(Available data)

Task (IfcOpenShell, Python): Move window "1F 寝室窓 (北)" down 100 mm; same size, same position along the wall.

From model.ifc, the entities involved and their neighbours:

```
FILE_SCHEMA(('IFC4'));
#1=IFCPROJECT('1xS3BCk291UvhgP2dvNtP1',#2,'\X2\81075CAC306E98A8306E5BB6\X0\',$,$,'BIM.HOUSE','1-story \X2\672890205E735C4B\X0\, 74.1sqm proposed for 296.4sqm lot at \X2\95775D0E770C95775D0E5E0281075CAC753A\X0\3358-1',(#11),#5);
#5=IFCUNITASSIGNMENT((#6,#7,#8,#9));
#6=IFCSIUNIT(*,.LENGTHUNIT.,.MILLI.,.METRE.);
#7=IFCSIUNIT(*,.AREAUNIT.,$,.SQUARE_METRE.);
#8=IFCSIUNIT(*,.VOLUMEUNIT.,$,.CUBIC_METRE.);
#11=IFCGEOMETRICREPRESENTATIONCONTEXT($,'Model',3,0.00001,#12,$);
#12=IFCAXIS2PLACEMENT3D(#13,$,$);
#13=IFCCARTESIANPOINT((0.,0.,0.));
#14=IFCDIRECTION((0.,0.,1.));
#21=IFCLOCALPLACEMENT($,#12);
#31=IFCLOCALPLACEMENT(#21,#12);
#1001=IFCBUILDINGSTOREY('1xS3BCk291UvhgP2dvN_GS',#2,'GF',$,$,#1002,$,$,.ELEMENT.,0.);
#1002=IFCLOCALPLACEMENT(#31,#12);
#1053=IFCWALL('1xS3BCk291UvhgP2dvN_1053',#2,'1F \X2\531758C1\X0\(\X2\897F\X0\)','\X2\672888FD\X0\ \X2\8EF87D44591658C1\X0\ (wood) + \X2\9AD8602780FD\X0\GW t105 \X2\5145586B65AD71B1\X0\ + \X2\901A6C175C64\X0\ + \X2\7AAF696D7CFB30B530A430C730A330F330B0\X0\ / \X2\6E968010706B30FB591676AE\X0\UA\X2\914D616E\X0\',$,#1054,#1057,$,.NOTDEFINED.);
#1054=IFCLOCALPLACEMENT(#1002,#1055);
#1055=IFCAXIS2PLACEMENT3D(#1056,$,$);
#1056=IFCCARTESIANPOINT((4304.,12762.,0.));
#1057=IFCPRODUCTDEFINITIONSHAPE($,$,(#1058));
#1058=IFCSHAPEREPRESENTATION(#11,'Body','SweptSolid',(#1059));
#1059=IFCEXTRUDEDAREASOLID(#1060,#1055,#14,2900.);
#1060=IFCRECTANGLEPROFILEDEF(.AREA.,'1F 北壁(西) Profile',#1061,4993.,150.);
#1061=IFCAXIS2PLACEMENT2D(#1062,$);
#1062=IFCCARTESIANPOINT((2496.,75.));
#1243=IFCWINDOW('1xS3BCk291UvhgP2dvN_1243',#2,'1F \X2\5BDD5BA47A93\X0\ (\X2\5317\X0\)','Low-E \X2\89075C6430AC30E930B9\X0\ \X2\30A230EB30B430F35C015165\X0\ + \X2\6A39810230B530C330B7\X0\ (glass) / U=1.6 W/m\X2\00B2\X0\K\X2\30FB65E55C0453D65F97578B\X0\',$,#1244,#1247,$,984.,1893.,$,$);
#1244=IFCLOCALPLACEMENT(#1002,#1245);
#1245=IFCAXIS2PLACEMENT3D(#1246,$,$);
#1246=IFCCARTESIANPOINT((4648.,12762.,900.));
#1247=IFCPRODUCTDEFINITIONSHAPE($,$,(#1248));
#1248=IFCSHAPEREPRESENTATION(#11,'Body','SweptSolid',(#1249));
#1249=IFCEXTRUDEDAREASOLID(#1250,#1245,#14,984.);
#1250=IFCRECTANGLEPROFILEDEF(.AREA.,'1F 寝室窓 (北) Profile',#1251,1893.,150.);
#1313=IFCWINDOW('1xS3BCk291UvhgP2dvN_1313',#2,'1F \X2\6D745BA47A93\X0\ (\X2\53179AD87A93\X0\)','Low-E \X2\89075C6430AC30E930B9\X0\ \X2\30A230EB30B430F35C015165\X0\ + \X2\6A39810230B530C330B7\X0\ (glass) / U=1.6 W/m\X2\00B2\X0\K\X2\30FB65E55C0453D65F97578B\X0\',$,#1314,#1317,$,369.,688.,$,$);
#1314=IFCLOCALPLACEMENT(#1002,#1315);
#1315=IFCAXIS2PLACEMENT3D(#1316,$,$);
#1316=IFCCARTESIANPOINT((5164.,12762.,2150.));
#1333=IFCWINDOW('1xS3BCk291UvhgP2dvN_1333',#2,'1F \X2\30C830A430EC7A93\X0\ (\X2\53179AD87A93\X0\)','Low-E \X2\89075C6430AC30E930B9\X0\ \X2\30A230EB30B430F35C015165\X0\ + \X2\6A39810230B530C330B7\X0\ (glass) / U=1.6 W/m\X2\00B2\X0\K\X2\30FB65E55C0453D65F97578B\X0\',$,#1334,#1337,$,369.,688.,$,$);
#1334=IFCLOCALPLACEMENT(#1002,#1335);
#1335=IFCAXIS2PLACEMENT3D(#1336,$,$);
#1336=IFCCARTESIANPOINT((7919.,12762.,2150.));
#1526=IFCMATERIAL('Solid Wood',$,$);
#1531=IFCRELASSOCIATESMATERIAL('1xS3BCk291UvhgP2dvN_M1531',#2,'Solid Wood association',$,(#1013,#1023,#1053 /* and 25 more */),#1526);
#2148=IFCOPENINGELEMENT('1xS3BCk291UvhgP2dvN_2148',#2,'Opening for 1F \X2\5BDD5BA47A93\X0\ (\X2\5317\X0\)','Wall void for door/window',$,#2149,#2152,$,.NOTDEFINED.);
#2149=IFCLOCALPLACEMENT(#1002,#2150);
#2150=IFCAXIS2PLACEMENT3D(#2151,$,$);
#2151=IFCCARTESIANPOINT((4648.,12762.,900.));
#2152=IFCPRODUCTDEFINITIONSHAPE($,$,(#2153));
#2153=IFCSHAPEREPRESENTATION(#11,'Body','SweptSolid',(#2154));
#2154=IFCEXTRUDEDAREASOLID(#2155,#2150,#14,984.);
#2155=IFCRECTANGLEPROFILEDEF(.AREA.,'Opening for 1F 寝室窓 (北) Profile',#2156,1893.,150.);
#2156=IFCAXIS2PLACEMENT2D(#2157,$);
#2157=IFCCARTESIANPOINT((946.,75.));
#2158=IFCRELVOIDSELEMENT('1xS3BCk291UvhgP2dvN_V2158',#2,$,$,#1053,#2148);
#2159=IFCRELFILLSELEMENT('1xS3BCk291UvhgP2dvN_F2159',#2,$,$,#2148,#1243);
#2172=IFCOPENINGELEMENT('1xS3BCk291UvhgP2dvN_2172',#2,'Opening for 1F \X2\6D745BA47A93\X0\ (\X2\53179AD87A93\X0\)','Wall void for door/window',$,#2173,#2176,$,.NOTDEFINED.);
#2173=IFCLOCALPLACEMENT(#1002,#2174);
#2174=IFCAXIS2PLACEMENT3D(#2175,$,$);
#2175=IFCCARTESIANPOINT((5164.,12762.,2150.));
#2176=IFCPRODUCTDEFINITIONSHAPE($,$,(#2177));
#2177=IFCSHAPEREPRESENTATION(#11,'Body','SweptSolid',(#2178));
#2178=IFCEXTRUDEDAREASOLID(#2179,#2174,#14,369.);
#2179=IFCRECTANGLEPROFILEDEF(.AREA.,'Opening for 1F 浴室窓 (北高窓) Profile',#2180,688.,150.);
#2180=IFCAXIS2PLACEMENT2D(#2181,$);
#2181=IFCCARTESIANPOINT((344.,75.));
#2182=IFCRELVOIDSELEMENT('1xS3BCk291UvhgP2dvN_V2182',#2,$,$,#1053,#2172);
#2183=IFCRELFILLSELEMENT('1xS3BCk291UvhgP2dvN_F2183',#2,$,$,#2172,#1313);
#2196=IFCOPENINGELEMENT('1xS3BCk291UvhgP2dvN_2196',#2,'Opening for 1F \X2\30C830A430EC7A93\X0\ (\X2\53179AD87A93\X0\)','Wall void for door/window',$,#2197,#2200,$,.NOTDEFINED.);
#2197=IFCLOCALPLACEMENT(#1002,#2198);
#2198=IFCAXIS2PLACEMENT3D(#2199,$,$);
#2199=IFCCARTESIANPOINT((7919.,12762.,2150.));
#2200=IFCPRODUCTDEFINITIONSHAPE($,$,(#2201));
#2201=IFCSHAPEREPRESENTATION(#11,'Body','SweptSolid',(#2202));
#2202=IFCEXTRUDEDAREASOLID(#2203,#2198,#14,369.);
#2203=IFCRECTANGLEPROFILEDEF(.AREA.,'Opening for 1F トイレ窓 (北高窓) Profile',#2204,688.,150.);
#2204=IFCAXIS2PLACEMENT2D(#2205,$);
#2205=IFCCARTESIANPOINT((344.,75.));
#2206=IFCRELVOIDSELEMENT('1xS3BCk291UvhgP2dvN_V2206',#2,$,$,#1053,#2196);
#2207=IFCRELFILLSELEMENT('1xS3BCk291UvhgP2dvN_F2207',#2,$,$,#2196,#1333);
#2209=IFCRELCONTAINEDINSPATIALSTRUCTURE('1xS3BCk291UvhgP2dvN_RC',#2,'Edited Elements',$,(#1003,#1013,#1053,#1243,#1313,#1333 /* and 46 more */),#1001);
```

```python
import numpy as np
import ifcopenshell
import ifcopenshell.api.geometry
import ifcopenshell.util.placement
import ifcopenshell.util.unit

model = ifcopenshell.open("model.ifc")
unit_scale = ifcopenshell.util.unit.calculate_unit_scale(model)

window = model.by_id(1243)
opening = window.FillsVoids[0].RelatingOpeningElement
dz = -0.1 / unit_scale

shift = np.array([0.0, 0.0, dz])
# The window is not placed relative to its opening, so move both.
for product in (opening, window):
    matrix = ifcopenshell.util.placement.get_local_placement(product.ObjectPlacement)
    matrix[:3, 3] += shift
    ifcopenshell.api.geometry.edit_object_placement(model, product=product, matrix=matrix, is_si=False)

print(f"moved by {dz * unit_scale:+.3f} m")

model.write("model-out.ifc")
```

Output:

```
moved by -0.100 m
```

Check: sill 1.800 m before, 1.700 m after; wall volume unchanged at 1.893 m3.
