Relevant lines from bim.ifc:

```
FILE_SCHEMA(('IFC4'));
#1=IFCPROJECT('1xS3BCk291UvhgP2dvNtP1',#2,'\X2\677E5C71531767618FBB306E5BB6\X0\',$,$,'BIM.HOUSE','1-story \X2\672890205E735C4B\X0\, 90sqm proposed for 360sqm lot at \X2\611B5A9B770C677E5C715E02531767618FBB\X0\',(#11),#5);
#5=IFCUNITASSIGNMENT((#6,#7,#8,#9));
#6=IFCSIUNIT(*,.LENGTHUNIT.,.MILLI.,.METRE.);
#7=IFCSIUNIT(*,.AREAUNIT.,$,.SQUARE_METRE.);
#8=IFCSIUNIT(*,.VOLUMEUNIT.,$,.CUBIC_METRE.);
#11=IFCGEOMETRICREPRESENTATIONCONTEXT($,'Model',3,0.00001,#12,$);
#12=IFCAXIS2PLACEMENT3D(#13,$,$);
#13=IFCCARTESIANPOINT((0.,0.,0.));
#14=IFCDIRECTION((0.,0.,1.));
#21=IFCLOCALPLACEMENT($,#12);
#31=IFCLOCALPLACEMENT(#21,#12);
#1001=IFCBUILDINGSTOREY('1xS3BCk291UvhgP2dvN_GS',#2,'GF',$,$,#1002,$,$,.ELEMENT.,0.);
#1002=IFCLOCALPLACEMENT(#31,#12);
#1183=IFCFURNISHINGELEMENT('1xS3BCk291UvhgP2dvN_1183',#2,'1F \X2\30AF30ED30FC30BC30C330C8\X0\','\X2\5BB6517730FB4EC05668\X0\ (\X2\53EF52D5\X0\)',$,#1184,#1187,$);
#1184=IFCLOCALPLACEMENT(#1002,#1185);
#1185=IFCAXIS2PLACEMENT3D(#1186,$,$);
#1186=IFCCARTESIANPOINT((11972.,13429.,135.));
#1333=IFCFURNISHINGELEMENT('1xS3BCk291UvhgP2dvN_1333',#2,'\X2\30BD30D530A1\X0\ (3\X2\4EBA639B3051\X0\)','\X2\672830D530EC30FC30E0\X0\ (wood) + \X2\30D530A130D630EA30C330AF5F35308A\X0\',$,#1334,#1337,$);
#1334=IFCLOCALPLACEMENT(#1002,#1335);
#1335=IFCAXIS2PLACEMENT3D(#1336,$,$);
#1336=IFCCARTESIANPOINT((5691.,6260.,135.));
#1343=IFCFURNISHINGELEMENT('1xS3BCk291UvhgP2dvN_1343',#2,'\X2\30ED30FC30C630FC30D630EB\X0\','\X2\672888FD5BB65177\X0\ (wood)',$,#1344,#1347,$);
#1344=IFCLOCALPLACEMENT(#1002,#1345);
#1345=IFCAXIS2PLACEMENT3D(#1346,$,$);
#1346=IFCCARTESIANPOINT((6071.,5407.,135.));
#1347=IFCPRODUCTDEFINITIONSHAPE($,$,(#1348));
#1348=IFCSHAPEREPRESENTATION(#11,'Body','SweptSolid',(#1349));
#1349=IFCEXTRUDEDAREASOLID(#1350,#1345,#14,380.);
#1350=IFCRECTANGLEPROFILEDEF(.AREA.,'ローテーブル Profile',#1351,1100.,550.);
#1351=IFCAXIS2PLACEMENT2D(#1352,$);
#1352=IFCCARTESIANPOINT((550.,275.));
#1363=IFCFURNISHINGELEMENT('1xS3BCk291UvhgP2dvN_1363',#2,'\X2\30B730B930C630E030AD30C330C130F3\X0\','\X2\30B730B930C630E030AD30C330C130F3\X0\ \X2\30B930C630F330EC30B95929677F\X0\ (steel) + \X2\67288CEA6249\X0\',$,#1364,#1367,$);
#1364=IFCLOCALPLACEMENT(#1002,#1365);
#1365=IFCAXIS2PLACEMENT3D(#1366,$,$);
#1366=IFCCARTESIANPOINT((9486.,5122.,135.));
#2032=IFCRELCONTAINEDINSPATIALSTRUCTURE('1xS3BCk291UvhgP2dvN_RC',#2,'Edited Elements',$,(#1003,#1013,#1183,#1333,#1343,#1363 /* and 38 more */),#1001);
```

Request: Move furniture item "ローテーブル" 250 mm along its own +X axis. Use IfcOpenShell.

```python
import ifcopenshell
import ifcopenshell.api.geometry
import ifcopenshell.util.placement

model = ifcopenshell.open("bim.ifc")

item = model.by_guid("1xS3BCk291UvhgP2dvN_1343")
matrix = ifcopenshell.util.placement.get_local_placement(item.ObjectPlacement)
matrix[:3, 3] += matrix[:3, 0] * 250.0
ifcopenshell.api.geometry.edit_object_placement(model, product=item, matrix=matrix, is_si=False)

print(ifcopenshell.util.placement.get_local_placement(item.ObjectPlacement).round(3) + 0.0)

model.write("bim_v2.ifc")
```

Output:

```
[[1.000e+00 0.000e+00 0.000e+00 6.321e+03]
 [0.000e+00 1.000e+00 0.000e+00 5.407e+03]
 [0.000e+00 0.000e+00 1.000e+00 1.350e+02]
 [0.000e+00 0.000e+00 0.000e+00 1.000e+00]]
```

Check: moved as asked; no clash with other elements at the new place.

(End Available data)

Problem statement -
In the listing above, find each line with the word "IFCRELCONTAINEDINSPATIALSTRUCTURE" and return it.

Response below -
#2209=IFCRELCONTAINEDINSPATIALSTRUCTURE('1xS3BCk291UvhgP2dvN_RC',#2,'Edited Elements',$,(#1003,#1013,#1053,#1243,#1313,#1333 /* and 46 more */),#1001);
#2032=IFCRELCONTAINEDINSPATIALSTRUCTURE('1xS3BCk291UvhgP2dvN_RC',#2,'Edited Elements',$,(#1003,#1013,#1183,#1333,#1343,#1363 /* and 38 more */),#1001);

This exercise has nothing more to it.